Reloj
Casa
Árbol
Araña
Avión
Barco
Tren.
(Palabras
que obligatoriamente
han
de aparecer en el escrito).
El
día uno de marzo me marcho a Mallorca en uno de esos viajes que
promueve el Inserso. Será la
quinta vez que visito la isla, y la “vigésimo no sé cuantas” que viajo con el
Instituto de Mayores y Servicios
Sociales, que es como realmente se llama esta organización dedicada a
desempolvar y cambiar de aires a los cientos de
cuerpos que en estado casi “vegetativo y vejectativo” esperamos la llegada del día del juicio final. (El primer estado es porque
vegetamos sin producir, y lo que aún es peor, sin fuerzas para reproducir, y el
“vejectativo” no necesita explicación; basta con mirarnos las caras).
Y
como Rafael ha dicho que el tema obligatorio del Taller de Escritura esta vez
es “EL REGRESO”, pues me le voy a imaginar, y si realmente regreso, (que
también los hay que lo hacen embalsamados y ya no se enteran de nada), os
contaré de palabra y con detalle cuantos tropiezos y cuantas torpezas tuvo mi
imaginación.
Vamos
a suponer que ya pasaron los diez días. (Antes podían ser quince, e incluso un
mes; pero ahora, con la tan cacareada crisis de la que los políticos dicen que
estamos saliendo, y los que no somos políticos tememos que no hemos acabado de
entrar, no sólo aprietan el cinturón de
las personas, sino que también aprietan los días del calendario).
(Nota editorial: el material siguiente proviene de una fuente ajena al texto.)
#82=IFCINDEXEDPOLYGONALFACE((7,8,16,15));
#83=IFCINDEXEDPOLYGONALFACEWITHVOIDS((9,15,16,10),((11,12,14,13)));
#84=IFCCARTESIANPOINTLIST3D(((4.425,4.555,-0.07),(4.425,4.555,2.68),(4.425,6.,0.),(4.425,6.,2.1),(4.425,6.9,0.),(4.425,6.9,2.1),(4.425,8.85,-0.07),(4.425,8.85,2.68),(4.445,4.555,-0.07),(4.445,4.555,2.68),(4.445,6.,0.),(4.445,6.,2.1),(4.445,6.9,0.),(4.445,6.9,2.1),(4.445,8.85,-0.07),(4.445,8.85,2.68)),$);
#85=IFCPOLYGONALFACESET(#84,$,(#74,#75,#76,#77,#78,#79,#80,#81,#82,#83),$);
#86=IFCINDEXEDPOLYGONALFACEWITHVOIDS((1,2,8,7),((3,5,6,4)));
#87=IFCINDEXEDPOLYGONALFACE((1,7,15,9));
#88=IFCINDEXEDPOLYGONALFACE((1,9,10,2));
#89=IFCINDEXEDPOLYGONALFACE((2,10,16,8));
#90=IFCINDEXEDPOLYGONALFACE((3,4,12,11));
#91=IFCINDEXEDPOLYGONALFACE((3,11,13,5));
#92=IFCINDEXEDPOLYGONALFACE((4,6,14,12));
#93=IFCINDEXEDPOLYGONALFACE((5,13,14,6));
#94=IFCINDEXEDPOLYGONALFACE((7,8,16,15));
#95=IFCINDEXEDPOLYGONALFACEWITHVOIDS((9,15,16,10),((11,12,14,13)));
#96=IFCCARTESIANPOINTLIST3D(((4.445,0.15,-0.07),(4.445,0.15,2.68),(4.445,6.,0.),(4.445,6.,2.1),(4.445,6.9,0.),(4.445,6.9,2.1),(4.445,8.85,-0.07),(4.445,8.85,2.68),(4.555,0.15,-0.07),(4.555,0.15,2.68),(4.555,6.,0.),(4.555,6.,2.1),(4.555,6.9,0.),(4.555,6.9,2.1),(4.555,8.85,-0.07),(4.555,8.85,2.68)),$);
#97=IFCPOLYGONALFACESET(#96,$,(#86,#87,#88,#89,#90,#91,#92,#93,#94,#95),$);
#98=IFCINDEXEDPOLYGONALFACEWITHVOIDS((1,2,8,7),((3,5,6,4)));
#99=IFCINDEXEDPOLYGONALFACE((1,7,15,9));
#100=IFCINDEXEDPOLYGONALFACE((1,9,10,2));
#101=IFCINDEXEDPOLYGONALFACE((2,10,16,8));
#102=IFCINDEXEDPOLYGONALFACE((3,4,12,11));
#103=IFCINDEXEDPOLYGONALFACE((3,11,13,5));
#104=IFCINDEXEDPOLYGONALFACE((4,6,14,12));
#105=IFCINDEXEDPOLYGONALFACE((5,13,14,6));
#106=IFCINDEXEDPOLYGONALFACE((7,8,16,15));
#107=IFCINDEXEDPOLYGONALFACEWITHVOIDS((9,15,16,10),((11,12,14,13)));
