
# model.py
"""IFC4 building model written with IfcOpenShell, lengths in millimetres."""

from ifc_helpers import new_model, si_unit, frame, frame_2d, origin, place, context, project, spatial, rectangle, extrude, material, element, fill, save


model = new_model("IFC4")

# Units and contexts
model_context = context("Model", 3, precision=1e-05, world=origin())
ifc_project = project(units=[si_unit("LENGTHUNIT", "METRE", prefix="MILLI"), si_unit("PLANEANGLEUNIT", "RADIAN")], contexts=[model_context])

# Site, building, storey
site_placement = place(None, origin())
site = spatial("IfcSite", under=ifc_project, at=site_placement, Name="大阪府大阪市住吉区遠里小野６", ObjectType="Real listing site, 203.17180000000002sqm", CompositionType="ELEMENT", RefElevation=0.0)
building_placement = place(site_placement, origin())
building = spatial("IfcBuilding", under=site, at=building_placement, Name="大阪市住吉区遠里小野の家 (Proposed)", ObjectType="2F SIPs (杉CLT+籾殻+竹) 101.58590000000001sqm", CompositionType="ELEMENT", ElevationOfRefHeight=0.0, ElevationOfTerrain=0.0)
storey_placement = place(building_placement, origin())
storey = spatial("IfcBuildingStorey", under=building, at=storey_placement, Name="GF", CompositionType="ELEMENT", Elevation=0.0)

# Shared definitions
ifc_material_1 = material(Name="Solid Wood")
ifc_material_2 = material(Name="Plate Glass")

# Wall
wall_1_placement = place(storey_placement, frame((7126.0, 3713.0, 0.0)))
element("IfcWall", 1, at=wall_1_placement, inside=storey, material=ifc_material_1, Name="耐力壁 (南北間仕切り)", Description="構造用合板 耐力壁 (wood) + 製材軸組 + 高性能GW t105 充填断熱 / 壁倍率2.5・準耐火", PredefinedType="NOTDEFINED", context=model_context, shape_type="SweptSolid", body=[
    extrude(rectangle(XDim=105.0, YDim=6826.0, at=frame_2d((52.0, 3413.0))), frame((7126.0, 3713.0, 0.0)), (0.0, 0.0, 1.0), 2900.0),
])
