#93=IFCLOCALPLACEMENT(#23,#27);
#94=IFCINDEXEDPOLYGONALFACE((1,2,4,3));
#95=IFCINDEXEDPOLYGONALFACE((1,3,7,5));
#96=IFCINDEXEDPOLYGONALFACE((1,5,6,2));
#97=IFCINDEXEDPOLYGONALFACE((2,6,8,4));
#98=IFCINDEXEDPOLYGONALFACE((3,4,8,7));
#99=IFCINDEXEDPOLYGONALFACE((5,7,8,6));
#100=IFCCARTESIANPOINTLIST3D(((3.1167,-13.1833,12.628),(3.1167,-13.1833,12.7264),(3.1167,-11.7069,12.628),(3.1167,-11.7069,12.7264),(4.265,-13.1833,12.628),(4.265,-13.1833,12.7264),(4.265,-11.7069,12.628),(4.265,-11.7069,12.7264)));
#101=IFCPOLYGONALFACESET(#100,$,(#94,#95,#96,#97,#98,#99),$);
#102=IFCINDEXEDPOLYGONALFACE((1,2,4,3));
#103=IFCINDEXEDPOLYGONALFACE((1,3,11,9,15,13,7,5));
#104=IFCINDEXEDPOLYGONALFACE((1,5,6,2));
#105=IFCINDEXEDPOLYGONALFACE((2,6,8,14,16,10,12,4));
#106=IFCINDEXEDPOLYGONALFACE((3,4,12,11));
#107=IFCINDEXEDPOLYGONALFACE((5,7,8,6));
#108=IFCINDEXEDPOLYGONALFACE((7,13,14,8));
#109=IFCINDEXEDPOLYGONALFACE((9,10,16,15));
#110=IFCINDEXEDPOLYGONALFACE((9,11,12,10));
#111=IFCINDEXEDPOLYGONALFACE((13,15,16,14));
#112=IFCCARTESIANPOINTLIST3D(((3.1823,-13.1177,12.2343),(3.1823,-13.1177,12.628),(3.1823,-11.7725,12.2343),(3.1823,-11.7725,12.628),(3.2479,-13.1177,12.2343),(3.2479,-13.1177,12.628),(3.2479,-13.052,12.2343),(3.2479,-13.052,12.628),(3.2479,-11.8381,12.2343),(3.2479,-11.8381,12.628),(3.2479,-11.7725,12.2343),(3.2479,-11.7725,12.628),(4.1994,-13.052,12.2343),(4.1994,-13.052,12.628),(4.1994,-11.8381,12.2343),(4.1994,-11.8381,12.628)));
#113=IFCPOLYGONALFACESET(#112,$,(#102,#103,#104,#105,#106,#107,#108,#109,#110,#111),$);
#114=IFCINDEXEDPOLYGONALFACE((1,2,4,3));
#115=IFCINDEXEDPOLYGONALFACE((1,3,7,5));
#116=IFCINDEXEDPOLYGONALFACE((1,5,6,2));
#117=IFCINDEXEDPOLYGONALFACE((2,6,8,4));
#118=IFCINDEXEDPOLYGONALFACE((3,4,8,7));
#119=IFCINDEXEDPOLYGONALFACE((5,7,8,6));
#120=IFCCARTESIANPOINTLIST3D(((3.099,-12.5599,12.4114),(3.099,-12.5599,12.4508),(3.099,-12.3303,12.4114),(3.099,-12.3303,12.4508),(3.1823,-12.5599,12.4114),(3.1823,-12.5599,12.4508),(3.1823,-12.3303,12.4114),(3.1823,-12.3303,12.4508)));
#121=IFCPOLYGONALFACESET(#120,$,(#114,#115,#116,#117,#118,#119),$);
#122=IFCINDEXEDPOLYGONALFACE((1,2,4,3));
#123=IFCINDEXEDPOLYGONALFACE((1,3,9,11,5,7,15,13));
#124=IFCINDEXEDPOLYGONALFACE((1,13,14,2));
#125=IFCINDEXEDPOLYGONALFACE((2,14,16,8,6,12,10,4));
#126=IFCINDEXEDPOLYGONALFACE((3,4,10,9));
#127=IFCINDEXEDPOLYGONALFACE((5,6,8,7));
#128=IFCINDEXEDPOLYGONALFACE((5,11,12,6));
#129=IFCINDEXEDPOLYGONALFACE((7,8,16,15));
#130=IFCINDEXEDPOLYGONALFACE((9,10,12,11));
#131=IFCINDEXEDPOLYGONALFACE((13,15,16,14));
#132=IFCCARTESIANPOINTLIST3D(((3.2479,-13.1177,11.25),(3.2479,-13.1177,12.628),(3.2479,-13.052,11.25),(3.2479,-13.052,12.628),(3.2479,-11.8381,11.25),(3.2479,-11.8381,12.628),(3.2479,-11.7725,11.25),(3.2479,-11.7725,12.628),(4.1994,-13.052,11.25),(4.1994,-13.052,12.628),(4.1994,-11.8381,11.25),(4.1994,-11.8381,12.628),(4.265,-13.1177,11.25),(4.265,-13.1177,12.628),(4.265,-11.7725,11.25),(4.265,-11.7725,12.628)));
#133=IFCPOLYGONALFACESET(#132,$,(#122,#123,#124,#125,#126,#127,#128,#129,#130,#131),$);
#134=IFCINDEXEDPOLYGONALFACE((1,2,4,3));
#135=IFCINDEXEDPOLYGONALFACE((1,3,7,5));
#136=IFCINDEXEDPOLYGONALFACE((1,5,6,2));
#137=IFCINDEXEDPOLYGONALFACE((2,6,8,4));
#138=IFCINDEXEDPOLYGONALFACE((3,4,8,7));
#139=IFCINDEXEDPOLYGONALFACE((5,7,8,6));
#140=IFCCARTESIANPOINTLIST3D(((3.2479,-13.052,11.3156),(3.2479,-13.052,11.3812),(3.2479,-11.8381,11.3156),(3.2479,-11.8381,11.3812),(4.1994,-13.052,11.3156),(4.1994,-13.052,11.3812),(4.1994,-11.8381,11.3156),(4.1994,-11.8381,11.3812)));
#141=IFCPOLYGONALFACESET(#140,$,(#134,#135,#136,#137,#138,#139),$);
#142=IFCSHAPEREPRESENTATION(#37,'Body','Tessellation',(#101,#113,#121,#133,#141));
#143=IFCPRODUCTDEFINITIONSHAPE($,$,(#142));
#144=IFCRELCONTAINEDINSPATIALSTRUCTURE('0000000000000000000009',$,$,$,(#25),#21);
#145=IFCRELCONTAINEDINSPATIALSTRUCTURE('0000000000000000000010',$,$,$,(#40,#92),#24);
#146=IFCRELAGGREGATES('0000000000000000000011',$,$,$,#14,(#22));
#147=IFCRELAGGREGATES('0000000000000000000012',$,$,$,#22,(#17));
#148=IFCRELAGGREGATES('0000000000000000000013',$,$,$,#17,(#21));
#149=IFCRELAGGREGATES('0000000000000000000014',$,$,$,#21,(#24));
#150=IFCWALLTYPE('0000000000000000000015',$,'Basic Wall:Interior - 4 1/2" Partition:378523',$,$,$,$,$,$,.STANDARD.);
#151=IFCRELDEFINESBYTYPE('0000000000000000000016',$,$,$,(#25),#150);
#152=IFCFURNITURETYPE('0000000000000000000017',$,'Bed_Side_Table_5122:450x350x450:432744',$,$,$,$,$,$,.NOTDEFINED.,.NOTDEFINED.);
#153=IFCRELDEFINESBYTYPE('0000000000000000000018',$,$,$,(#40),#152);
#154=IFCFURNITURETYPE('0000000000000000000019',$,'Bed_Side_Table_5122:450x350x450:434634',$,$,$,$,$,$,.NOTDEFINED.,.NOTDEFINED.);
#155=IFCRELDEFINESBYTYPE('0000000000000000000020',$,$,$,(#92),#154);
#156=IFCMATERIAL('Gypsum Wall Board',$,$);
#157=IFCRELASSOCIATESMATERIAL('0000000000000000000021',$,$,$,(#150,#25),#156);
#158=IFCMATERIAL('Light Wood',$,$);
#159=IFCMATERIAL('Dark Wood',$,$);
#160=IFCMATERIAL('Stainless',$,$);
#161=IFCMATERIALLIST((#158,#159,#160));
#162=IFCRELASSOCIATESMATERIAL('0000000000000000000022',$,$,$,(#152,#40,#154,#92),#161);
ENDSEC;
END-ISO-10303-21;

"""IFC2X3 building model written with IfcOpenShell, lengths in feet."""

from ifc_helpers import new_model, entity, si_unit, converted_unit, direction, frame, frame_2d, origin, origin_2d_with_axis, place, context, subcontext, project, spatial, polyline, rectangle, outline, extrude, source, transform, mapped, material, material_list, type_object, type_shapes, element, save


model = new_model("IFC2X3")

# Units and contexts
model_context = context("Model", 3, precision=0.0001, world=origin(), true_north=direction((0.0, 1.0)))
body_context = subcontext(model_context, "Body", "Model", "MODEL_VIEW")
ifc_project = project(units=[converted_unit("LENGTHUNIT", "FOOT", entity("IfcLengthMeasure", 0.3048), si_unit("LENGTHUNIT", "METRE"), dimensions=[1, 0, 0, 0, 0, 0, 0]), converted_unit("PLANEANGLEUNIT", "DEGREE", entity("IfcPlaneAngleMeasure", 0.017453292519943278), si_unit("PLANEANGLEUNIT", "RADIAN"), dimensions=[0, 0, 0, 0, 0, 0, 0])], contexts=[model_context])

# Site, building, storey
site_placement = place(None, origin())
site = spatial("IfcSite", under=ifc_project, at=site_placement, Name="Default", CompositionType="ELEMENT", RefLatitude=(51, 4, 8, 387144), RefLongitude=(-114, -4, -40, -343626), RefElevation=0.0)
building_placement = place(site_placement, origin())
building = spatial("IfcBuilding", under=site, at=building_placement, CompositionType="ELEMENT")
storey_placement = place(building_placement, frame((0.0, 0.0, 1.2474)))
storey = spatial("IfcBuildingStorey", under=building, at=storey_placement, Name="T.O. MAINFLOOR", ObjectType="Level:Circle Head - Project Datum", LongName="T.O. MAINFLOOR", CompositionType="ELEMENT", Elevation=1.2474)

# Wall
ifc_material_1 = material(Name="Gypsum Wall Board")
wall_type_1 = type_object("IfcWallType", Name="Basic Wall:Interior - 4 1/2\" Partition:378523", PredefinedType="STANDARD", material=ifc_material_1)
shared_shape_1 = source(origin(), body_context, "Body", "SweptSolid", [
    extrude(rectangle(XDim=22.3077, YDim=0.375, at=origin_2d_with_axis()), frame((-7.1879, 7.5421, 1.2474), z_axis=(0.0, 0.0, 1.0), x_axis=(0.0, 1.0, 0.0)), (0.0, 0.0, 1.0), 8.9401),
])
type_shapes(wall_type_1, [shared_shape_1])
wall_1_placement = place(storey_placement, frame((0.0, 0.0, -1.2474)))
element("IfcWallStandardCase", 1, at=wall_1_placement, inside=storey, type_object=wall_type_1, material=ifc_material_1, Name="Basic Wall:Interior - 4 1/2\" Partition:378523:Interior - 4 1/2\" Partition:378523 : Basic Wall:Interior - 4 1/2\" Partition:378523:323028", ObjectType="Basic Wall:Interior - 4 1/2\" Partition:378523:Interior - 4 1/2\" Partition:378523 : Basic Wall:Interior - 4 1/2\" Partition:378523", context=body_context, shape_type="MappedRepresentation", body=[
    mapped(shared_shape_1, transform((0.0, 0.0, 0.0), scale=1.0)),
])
Vamos a seguir suponiendo que lo pasamos tan
bien, que ninguna gana teníamos de volver a “CASA” todavía. Un día cogimos el
“TREN” para ir al mercado de Inca donde los campesinos mallorquines exponían
para su venta la gran variedad de productos que se cosechan en las Baleares.
Otro día nos llevaron a visitar las
Cuevas del Drach, para que viéramos el lago interno y escucháramos al
violinista que se pasea por él en un “BARCO”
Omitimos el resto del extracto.